Activity: Please restate, word for word, the lines below that begin at the one with "#66=IFCSHAPEREPRESENTATION(#29,'Body','Tessellation',(#65));" and end at the one with "#72=IFCRELAGGREGATES('0000000000000000000015',$,$,$,#13,(#14));". Leave out all other lines.

[[ Extracted records, beginning ]]

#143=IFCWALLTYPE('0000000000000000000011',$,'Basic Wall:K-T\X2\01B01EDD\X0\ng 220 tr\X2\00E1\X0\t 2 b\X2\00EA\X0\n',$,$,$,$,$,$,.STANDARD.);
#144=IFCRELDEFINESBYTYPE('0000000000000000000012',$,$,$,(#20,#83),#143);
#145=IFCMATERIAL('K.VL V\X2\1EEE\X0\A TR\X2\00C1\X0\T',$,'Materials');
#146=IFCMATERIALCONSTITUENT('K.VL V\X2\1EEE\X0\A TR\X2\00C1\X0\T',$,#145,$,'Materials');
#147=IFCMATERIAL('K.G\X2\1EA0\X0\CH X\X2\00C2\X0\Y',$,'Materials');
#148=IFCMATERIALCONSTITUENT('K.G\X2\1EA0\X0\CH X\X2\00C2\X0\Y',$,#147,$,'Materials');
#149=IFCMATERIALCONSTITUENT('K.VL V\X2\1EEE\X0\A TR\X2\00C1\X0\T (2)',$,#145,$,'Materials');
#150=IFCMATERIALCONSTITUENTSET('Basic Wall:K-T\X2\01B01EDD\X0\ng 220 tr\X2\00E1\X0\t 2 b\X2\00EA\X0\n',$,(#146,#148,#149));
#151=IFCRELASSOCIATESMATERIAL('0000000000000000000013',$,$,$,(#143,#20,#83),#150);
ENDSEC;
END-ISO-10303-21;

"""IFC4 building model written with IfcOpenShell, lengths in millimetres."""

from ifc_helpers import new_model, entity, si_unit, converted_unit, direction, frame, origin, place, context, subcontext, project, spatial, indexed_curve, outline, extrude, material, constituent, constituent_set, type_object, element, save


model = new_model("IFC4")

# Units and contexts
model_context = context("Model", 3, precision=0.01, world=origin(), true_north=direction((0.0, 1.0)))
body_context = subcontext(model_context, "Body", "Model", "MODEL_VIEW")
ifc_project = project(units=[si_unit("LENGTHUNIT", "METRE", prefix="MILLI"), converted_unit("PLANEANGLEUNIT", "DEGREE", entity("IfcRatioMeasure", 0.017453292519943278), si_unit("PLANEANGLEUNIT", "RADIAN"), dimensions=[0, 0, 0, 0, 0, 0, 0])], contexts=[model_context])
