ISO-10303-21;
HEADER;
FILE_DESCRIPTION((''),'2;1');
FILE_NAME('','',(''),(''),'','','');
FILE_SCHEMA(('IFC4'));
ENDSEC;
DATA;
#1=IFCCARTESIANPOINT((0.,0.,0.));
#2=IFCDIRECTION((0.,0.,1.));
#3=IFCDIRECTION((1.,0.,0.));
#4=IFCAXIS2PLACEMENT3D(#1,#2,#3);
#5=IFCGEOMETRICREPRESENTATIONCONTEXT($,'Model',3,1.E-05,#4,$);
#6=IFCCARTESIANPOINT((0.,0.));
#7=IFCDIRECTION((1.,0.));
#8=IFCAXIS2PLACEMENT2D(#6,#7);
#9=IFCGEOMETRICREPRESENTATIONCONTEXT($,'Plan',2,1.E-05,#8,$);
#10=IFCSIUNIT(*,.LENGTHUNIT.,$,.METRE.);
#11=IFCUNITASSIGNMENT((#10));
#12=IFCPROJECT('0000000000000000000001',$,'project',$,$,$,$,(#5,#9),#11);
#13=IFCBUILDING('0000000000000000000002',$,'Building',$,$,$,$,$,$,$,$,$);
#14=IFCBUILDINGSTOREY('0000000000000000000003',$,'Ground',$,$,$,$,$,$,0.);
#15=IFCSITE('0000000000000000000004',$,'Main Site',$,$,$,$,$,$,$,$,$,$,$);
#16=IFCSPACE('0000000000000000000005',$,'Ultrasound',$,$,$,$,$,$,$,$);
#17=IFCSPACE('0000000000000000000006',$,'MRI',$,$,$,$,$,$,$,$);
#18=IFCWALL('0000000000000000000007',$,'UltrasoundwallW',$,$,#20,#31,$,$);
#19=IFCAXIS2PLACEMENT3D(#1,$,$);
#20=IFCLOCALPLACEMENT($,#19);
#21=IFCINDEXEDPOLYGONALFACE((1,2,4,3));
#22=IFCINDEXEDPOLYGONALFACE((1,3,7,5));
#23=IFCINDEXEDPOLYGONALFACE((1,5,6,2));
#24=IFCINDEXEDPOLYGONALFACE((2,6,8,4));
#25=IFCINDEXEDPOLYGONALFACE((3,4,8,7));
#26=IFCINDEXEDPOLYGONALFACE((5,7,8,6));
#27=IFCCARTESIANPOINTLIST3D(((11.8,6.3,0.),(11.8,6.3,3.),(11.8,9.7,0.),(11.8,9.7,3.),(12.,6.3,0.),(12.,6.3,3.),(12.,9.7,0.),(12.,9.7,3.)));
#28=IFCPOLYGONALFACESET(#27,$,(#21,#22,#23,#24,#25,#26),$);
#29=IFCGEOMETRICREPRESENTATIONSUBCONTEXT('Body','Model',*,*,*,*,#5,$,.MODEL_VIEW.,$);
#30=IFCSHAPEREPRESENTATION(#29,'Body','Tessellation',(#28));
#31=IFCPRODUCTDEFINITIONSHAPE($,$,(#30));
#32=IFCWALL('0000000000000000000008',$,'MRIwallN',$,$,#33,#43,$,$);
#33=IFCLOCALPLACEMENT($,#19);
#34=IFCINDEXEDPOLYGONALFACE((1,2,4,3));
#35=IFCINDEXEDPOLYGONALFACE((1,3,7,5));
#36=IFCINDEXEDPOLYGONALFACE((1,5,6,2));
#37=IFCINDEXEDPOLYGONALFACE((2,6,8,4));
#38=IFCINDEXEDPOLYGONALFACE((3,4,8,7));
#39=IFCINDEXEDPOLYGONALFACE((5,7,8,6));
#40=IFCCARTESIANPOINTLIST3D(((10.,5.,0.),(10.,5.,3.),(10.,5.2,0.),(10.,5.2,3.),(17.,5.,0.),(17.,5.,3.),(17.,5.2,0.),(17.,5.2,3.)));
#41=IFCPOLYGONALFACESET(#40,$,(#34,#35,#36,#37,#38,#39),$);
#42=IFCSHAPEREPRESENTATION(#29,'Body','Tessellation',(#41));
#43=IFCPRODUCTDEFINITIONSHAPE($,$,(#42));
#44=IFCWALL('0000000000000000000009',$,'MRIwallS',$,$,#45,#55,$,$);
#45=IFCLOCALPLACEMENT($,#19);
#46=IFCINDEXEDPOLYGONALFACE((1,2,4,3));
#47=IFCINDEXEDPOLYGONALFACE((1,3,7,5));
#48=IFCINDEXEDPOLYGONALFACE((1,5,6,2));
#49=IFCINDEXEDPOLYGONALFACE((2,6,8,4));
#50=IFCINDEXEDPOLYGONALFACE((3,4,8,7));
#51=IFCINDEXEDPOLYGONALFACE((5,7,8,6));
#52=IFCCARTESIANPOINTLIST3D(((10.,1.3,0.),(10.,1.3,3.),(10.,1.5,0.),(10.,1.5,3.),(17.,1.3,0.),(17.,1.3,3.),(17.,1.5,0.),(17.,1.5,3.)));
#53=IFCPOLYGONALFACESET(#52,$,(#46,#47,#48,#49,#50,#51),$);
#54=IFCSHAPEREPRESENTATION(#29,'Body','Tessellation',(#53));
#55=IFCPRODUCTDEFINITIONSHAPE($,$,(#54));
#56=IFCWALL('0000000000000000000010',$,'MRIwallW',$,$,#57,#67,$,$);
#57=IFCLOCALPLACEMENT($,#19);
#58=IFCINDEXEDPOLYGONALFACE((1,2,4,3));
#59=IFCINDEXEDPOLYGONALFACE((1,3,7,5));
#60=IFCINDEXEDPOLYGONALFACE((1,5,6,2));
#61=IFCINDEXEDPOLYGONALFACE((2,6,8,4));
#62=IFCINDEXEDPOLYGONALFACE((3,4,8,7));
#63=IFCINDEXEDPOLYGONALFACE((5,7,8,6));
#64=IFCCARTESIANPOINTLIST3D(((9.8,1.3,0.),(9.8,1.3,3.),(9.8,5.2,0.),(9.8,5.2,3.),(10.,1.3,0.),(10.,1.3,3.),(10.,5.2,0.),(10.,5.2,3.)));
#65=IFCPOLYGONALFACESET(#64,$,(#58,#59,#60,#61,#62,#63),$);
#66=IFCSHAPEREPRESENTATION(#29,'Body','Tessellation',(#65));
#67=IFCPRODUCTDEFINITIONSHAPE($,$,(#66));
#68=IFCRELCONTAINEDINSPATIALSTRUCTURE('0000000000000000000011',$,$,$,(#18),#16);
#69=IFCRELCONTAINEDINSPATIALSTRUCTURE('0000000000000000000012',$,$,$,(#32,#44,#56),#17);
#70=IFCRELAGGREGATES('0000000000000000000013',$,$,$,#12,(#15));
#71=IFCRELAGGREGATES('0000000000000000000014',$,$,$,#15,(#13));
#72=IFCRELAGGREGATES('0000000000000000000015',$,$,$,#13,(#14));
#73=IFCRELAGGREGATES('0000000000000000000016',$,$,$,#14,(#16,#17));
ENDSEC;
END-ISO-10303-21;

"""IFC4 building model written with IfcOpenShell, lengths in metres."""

from ifc_helpers import new_model, si_unit, frame, origin_with_axes, origin_2d_with_axis, place, context, subcontext, project, spatial, indexed_curve, outline, extrude, element, save


model = new_model("IFC4")

# Units and contexts
model_context = context("Model", 3, precision=1e-05, world=origin_with_axes())
plan_context = context("Plan", 2, precision=1e-05, world=origin_2d_with_axis())
body_context = subcontext(model_context, "Body", "Model", "MODEL_VIEW")
ifc_project = project(units=[si_unit("LENGTHUNIT", "METRE")], contexts=[model_context, plan_context])

# Site, building, storey
site = spatial("IfcSite", under=ifc_project, Name="Main Site")
building = spatial("IfcBuilding", under=site, Name="Building")
storey = spatial("IfcBuildingStorey", under=building, Name="Ground", Elevation=0.0)

# Shared definitions
space_1 = spatial("IfcSpace", under=storey, Name="Ultrasound")

# Wall
wall_1_placement = place(None, frame((12.0, 6.3, 0.0), z_axis=(0.0, 0.0, 1.0), x_axis=(0.0, 1.0, 0.0)))
element("IfcWall", 1, at=wall_1_placement, inside=space_1, Name="UltrasoundwallW", context=body_context, shape_type="SweptSolid", body=[
    extrude(outline(indexed_curve([(0.0, 0.0), (0.0, 0.2), (3.4, 0.2), (3.4, 0.0), (0.0, 0.0)], self_intersect=False)), origin_with_axes(), (0.0, 0.0, 1.0), 3.0),
])

# Shared definitions
space_2 = spatial("IfcSpace", under=storey, Name="MRI")

# Walls
for number, where, z_axis, x_axis, name in (
    (2, (10.0, 5.0, 0.0), (0.0, 0.0, 1.0), (1.0, 0.0, 0.0), "MRIwallN"),
    (3, (10.0, 1.3, 0.0), (0.0, 0.0, 1.0), (1.0, 0.0, 0.0), "MRIwallS"),
):
    element("IfcWall", number, at=place(None, frame(where, z_axis=z_axis, x_axis=x_axis)), inside=space_2, Name=name, context=body_context, shape_type="SweptSolid", body=[
        extrude(outline(indexed_curve([(0.0, 0.0), (0.0, 0.2), (7.0, 0.2), (7.0, 0.0), (0.0, 0.0)], self_intersect=False)), origin_with_axes(), (0.0, 0.0, 1.0), 3.0),
    ])
wall_2_placement = place(None, frame((10.0, 1.3, 0.0), z_axis=(0.0, 0.0, 1.0), x_axis=(0.0, 1.0, 0.0)))
element("IfcWall", 4, at=wall_2_placement, inside=space_2, Name="MRIwallW", context=body_context, shape_type="SweptSolid", body=[
    extrude(outline(indexed_curve([(0.0, 0.0), (0.0, 0.2), (3.9, 0.2), (3.9, 0.0), (0.0, 0.0)], self_intersect=False)), origin_with_axes(), (0.0, 0.0, 1.0), 3.0),
])

save(model, "model.ifc")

[[ Extracted records, end ]]

Output for this task:
#66=IFCSHAPEREPRESENTATION(#29,'Body','Tessellation',(#65));
#67=IFCPRODUCTDEFINITIONSHAPE($,$,(#66));
#68=IFCRELCONTAINEDINSPATIALSTRUCTURE('0000000000000000000011',$,$,$,(#18),#16);
#69=IFCRELCONTAINEDINSPATIALSTRUCTURE('0000000000000000000012',$,$,$,(#32,#44,#56),#17);
#70=IFCRELAGGREGATES('0000000000000000000013',$,$,$,#12,(#15));
#71=IFCRELAGGREGATES('0000000000000000000014',$,$,$,#15,(#13));
#72=IFCRELAGGREGATES('0000000000000000000015',$,$,$,#13,(#14));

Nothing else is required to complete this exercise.